WHAT IS NEEDED —
Gather all lines in the entries below that include the word "IFCRELDEFINESBYTYPE".

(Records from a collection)
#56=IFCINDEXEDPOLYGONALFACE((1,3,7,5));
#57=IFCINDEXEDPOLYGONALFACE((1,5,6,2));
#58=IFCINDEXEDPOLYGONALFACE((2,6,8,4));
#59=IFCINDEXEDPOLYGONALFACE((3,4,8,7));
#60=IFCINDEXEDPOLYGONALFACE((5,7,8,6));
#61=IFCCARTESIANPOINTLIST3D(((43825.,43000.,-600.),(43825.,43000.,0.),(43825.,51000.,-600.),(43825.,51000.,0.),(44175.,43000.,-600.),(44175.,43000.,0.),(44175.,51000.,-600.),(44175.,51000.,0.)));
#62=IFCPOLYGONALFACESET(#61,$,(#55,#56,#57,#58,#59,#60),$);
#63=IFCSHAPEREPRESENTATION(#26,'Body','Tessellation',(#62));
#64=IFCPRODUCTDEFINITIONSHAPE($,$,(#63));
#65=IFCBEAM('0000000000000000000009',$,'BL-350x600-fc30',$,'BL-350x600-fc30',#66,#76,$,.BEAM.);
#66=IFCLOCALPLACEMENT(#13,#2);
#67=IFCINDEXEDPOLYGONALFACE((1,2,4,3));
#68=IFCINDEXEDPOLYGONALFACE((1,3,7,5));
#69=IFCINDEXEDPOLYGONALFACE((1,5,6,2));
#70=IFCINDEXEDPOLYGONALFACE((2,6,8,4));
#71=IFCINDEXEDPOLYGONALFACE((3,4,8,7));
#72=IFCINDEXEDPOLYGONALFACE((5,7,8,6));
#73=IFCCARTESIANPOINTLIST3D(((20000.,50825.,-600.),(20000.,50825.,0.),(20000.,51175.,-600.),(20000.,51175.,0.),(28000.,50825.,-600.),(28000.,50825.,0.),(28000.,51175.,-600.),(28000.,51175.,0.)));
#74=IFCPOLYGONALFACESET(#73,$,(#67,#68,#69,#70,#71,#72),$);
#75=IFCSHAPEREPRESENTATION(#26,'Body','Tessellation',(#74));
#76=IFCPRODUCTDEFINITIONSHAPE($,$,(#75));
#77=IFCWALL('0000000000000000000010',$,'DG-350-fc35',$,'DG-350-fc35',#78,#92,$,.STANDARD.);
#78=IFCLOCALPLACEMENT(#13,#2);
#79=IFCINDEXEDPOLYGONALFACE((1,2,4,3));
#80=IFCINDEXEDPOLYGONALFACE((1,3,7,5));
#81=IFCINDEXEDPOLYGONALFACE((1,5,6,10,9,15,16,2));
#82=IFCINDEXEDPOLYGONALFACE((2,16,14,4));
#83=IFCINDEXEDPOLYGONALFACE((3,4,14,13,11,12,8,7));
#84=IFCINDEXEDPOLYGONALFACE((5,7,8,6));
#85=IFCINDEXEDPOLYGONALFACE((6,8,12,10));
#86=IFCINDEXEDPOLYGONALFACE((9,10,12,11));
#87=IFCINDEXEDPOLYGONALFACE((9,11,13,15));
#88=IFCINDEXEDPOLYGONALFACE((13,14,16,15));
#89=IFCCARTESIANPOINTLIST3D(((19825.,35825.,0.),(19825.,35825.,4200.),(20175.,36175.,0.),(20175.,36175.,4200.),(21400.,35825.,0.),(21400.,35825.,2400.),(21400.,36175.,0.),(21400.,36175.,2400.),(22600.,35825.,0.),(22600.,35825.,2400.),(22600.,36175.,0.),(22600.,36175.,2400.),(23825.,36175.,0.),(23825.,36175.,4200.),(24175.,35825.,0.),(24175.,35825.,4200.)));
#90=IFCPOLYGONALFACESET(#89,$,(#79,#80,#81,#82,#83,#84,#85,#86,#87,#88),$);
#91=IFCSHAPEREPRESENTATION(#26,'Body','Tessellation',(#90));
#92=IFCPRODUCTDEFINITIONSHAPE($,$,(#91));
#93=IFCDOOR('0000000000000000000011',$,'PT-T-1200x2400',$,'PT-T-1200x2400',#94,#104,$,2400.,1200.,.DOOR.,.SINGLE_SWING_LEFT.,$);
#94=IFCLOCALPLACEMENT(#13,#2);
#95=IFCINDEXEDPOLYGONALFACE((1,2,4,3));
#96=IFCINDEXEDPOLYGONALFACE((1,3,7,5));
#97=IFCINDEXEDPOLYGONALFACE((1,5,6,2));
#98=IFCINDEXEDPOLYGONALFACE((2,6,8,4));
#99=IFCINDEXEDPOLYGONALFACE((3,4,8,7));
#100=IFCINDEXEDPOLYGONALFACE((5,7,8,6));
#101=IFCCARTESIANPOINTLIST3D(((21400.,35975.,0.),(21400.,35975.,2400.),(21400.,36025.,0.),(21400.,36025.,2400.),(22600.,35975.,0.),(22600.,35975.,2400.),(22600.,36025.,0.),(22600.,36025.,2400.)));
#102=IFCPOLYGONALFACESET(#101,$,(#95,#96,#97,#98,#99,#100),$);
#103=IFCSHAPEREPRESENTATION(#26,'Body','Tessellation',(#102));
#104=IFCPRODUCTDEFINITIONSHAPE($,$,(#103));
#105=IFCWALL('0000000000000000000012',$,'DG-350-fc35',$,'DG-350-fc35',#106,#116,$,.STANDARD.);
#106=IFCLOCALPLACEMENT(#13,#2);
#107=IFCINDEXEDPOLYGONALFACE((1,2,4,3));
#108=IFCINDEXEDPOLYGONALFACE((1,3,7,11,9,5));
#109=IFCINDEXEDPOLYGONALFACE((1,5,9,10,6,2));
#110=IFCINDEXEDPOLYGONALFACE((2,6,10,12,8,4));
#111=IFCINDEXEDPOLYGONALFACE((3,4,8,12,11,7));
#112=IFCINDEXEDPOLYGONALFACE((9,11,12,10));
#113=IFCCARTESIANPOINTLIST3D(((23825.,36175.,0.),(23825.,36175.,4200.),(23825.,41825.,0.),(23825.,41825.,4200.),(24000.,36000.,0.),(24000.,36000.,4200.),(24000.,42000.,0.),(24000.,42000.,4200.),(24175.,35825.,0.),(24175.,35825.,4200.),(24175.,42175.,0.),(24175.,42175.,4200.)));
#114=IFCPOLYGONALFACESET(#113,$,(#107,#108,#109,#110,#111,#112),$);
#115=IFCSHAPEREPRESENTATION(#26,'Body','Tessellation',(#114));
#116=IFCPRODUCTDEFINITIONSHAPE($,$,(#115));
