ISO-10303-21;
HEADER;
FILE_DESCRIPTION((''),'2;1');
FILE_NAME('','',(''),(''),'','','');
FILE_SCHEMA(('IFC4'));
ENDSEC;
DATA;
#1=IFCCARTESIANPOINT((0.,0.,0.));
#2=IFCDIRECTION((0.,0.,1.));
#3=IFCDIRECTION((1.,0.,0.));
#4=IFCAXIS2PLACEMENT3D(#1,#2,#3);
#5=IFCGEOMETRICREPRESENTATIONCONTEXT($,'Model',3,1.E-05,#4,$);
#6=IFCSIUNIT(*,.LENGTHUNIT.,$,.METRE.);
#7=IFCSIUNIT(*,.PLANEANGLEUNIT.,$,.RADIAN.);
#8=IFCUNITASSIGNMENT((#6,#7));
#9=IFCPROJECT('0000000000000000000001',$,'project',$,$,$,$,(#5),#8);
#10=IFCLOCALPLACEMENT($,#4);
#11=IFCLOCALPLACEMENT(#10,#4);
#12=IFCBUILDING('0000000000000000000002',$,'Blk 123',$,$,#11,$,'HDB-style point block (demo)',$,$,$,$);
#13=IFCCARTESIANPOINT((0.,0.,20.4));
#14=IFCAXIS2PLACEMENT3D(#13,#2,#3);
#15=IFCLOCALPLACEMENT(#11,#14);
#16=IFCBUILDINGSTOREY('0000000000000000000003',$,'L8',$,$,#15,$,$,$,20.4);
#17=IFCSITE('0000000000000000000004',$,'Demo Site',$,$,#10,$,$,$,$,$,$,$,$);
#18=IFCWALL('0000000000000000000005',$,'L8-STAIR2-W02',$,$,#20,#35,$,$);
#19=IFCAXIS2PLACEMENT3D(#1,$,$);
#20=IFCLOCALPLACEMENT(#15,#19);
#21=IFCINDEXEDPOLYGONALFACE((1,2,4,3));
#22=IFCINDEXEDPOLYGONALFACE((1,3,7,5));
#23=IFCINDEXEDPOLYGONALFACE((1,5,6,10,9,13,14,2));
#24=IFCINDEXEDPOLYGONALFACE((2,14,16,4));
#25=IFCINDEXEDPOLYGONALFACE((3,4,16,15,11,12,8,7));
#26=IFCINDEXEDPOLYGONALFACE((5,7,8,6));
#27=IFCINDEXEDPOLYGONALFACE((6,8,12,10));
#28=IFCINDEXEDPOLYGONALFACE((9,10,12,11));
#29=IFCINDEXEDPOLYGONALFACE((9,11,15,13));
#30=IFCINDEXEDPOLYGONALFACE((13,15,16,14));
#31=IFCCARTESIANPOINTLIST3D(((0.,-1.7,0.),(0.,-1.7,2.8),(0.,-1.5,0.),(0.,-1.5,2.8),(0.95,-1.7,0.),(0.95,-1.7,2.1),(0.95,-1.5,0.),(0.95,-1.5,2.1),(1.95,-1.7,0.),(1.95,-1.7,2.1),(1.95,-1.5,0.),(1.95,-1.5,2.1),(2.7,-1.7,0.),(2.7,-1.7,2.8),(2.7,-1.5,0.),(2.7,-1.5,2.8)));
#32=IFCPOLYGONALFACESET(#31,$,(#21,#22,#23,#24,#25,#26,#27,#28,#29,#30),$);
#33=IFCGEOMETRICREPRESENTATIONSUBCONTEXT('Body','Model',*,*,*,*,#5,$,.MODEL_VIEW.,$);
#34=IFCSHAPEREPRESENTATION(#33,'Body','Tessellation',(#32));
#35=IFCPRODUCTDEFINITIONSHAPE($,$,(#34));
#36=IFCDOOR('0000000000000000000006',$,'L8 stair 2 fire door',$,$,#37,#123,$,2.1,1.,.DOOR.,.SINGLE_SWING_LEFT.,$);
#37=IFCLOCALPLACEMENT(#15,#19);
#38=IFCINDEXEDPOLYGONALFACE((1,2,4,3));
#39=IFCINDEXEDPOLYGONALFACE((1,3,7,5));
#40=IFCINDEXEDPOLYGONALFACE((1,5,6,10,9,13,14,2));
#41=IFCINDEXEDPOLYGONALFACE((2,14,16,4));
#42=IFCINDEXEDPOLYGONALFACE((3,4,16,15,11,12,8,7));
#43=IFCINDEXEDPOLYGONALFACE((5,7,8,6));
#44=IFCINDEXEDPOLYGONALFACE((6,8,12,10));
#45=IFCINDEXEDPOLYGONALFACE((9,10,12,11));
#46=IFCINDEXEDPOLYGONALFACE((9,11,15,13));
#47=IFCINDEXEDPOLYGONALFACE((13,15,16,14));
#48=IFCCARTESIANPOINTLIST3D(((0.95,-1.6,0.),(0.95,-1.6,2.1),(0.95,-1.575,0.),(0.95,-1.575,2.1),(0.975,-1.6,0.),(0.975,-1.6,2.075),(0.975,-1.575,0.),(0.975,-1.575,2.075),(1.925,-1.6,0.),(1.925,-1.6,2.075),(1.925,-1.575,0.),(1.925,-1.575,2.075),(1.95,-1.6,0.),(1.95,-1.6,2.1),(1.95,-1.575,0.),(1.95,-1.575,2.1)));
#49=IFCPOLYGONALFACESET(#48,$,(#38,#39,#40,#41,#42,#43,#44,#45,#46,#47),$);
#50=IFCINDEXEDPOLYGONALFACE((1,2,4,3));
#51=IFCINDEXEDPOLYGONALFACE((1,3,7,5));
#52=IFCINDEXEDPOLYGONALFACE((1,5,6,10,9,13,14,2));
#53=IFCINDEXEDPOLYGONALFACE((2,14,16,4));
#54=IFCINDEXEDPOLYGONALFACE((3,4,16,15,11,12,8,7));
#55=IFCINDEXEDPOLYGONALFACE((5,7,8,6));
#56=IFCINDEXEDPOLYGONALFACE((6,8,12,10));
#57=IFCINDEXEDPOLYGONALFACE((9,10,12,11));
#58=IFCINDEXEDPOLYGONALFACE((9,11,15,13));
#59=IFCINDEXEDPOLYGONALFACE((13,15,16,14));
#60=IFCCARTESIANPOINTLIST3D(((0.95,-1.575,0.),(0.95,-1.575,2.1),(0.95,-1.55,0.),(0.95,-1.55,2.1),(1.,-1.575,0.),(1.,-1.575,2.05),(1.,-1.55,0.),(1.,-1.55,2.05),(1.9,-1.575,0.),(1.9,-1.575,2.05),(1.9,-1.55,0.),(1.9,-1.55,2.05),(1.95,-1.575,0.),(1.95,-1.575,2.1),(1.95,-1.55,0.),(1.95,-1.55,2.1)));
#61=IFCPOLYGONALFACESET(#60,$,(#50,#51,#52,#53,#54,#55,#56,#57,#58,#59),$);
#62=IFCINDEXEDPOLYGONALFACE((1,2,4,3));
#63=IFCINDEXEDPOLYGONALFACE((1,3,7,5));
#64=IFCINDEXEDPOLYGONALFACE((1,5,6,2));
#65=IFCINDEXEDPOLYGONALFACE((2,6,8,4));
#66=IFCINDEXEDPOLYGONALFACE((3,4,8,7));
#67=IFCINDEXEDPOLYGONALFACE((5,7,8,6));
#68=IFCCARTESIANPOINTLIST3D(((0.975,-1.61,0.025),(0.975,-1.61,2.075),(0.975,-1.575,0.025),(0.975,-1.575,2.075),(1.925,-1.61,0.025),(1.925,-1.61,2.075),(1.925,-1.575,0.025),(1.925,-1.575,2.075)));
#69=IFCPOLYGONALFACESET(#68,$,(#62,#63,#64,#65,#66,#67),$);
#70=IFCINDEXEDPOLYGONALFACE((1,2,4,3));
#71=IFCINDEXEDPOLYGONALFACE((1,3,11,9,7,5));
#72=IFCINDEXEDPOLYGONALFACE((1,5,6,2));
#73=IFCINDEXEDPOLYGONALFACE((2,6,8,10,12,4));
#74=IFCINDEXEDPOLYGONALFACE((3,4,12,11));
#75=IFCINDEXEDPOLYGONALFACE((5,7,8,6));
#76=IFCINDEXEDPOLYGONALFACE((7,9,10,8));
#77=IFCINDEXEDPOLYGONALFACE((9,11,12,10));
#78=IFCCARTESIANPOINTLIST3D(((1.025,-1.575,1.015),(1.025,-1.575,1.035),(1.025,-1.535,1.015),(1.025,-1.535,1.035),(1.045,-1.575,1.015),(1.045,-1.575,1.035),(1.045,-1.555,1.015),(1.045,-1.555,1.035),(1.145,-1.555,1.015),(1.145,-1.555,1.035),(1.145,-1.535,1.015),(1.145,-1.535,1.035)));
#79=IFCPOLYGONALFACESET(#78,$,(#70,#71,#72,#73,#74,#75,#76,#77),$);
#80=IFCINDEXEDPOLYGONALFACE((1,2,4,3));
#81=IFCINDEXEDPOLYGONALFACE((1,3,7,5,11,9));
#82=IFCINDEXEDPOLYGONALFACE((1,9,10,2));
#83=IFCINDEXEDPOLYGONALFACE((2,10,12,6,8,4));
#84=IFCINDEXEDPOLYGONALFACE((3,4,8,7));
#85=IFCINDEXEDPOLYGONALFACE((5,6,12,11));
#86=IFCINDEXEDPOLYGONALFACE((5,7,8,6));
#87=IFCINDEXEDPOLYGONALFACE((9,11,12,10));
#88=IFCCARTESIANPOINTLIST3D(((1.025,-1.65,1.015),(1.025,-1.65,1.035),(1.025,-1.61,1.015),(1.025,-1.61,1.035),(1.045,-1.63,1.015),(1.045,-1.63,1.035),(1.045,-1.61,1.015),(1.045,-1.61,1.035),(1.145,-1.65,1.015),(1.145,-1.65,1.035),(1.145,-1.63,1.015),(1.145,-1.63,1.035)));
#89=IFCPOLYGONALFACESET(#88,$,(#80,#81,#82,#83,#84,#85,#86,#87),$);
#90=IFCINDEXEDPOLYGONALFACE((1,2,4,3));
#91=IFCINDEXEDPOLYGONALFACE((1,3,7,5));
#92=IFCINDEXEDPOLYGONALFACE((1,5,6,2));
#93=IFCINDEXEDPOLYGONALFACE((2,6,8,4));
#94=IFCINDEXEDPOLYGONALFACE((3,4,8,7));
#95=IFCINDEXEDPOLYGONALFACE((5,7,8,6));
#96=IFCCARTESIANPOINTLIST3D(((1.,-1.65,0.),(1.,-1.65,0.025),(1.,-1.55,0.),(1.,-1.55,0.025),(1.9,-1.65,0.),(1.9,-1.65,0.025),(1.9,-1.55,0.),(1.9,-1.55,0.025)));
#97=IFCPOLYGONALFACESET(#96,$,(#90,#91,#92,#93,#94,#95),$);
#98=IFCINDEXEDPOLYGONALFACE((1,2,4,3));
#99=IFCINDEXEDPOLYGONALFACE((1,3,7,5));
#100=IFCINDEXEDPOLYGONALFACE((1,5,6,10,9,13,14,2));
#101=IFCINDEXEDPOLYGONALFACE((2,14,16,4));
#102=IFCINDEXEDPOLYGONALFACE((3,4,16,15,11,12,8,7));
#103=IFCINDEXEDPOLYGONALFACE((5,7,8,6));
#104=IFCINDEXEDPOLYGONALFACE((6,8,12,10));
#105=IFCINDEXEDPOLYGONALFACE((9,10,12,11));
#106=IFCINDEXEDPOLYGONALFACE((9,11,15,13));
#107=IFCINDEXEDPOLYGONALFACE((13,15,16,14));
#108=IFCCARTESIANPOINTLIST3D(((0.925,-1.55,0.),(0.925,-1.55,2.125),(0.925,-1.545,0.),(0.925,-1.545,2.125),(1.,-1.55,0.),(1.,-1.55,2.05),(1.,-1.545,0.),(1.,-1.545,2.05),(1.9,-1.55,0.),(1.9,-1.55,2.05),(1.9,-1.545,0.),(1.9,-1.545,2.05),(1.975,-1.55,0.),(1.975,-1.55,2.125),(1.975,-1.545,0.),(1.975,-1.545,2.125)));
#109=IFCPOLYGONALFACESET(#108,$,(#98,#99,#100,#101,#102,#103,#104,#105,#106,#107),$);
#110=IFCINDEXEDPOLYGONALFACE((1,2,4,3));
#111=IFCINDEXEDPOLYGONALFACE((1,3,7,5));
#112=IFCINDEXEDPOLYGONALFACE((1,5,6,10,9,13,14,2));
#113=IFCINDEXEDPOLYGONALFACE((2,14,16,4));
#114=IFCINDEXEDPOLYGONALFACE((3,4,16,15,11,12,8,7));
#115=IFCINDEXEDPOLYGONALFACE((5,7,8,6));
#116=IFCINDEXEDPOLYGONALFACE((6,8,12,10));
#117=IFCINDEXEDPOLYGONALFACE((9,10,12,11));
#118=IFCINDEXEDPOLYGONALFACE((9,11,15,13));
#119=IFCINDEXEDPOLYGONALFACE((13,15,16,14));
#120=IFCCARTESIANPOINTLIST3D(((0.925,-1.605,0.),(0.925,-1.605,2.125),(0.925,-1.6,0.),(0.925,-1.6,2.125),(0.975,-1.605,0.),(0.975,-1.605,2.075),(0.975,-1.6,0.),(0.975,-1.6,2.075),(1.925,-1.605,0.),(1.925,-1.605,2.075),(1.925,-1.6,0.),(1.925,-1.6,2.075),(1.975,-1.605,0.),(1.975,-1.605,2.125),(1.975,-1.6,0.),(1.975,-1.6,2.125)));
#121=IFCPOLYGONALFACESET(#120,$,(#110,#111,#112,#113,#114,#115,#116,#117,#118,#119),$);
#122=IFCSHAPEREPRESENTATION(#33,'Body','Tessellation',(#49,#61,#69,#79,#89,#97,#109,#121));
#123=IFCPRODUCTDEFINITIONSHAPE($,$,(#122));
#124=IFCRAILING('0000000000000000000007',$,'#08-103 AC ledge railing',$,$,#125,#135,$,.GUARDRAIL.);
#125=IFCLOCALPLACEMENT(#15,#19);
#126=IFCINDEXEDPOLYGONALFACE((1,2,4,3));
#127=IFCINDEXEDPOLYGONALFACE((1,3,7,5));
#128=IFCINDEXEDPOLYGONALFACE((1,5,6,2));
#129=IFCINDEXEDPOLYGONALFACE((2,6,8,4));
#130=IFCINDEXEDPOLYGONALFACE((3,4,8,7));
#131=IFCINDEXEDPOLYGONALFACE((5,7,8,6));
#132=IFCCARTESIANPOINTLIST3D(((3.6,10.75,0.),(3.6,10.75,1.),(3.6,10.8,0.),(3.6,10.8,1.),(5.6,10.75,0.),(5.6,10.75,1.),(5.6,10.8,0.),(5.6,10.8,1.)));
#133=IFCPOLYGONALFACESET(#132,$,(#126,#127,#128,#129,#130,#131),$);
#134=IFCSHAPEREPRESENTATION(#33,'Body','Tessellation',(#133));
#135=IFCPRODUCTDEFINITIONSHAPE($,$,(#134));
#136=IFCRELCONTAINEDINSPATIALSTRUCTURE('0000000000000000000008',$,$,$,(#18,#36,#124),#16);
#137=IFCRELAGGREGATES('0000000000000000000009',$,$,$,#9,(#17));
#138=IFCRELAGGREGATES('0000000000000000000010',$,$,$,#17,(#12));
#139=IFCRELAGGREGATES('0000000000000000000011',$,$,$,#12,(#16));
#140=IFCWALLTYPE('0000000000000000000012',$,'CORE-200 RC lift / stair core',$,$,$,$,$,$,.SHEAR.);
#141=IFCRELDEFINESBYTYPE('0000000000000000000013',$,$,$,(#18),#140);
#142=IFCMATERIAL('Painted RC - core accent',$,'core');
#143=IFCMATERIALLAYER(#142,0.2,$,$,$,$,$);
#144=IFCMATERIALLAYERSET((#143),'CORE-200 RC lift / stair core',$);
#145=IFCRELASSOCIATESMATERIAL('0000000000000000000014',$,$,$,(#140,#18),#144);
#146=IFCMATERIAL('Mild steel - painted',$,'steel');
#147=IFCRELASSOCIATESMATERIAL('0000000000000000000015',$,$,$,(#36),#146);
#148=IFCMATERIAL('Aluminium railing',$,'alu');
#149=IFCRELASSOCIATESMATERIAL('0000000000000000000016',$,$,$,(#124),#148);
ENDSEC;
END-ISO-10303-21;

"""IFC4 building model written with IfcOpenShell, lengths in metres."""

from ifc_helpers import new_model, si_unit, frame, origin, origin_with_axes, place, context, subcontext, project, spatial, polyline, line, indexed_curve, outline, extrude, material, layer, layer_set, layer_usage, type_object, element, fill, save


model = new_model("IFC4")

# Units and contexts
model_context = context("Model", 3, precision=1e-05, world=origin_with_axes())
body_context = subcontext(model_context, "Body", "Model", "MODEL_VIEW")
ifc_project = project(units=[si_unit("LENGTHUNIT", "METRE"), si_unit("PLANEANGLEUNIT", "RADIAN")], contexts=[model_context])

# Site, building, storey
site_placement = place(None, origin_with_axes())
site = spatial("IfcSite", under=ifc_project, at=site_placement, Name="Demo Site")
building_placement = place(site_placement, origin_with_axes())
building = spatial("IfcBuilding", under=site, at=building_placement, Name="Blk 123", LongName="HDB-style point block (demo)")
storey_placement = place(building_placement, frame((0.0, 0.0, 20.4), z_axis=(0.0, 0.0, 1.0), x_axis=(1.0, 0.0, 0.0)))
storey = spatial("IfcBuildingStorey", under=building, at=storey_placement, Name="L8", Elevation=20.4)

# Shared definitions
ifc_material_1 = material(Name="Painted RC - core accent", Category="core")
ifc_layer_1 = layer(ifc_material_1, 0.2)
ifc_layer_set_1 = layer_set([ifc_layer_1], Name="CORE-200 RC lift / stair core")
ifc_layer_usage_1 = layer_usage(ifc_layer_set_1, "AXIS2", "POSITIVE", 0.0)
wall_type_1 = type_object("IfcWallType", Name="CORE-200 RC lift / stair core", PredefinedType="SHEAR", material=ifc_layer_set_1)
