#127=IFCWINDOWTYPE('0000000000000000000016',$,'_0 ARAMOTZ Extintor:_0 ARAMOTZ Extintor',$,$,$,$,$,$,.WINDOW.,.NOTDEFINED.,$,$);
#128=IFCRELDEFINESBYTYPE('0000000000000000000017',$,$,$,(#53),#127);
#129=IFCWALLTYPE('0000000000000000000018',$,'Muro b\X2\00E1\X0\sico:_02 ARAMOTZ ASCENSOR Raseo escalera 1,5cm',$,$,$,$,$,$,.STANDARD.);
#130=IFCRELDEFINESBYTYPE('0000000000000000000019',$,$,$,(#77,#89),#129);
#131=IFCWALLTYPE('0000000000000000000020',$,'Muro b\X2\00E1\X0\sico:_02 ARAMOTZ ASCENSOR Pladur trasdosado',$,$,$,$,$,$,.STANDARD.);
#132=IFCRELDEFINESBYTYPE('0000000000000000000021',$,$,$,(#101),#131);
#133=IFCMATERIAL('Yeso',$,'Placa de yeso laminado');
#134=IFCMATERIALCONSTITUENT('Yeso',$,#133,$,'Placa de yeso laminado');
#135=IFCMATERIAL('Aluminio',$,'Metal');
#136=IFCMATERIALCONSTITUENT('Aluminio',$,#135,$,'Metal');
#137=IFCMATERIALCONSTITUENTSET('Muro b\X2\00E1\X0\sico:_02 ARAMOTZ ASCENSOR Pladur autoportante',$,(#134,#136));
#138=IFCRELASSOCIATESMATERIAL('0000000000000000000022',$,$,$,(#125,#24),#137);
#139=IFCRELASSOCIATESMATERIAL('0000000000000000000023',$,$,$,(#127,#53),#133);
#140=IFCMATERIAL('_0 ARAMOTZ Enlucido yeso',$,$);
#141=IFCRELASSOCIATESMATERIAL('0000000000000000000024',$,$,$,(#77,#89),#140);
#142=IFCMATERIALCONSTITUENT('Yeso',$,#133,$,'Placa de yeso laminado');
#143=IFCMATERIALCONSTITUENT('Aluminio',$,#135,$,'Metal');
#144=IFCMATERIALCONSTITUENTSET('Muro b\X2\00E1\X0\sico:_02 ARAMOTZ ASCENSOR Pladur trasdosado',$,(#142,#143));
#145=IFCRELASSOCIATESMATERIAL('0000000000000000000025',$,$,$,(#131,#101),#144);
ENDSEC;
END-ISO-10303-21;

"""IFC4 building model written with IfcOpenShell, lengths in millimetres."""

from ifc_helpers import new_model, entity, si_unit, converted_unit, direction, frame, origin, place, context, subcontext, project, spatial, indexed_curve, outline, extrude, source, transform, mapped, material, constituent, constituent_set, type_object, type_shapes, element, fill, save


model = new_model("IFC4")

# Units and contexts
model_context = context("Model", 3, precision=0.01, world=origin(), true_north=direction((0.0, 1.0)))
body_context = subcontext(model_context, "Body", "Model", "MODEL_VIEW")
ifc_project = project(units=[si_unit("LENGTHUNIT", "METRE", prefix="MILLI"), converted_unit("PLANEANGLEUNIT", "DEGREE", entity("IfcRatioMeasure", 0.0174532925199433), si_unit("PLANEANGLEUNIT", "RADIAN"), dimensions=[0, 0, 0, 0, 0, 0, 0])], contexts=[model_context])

RESULT —
#141=IFCRELDEFINESBYTYPE('0000000000000000000013',$,$,$,(#18),#140);
#128=IFCRELDEFINESBYTYPE('0000000000000000000017',$,$,$,(#53),#127);
#130=IFCRELDEFINESBYTYPE('0000000000000000000019',$,$,$,(#77,#89),#129);
#132=IFCRELDEFINESBYTYPE('0000000000000000000021',$,$,$,(#101),#131);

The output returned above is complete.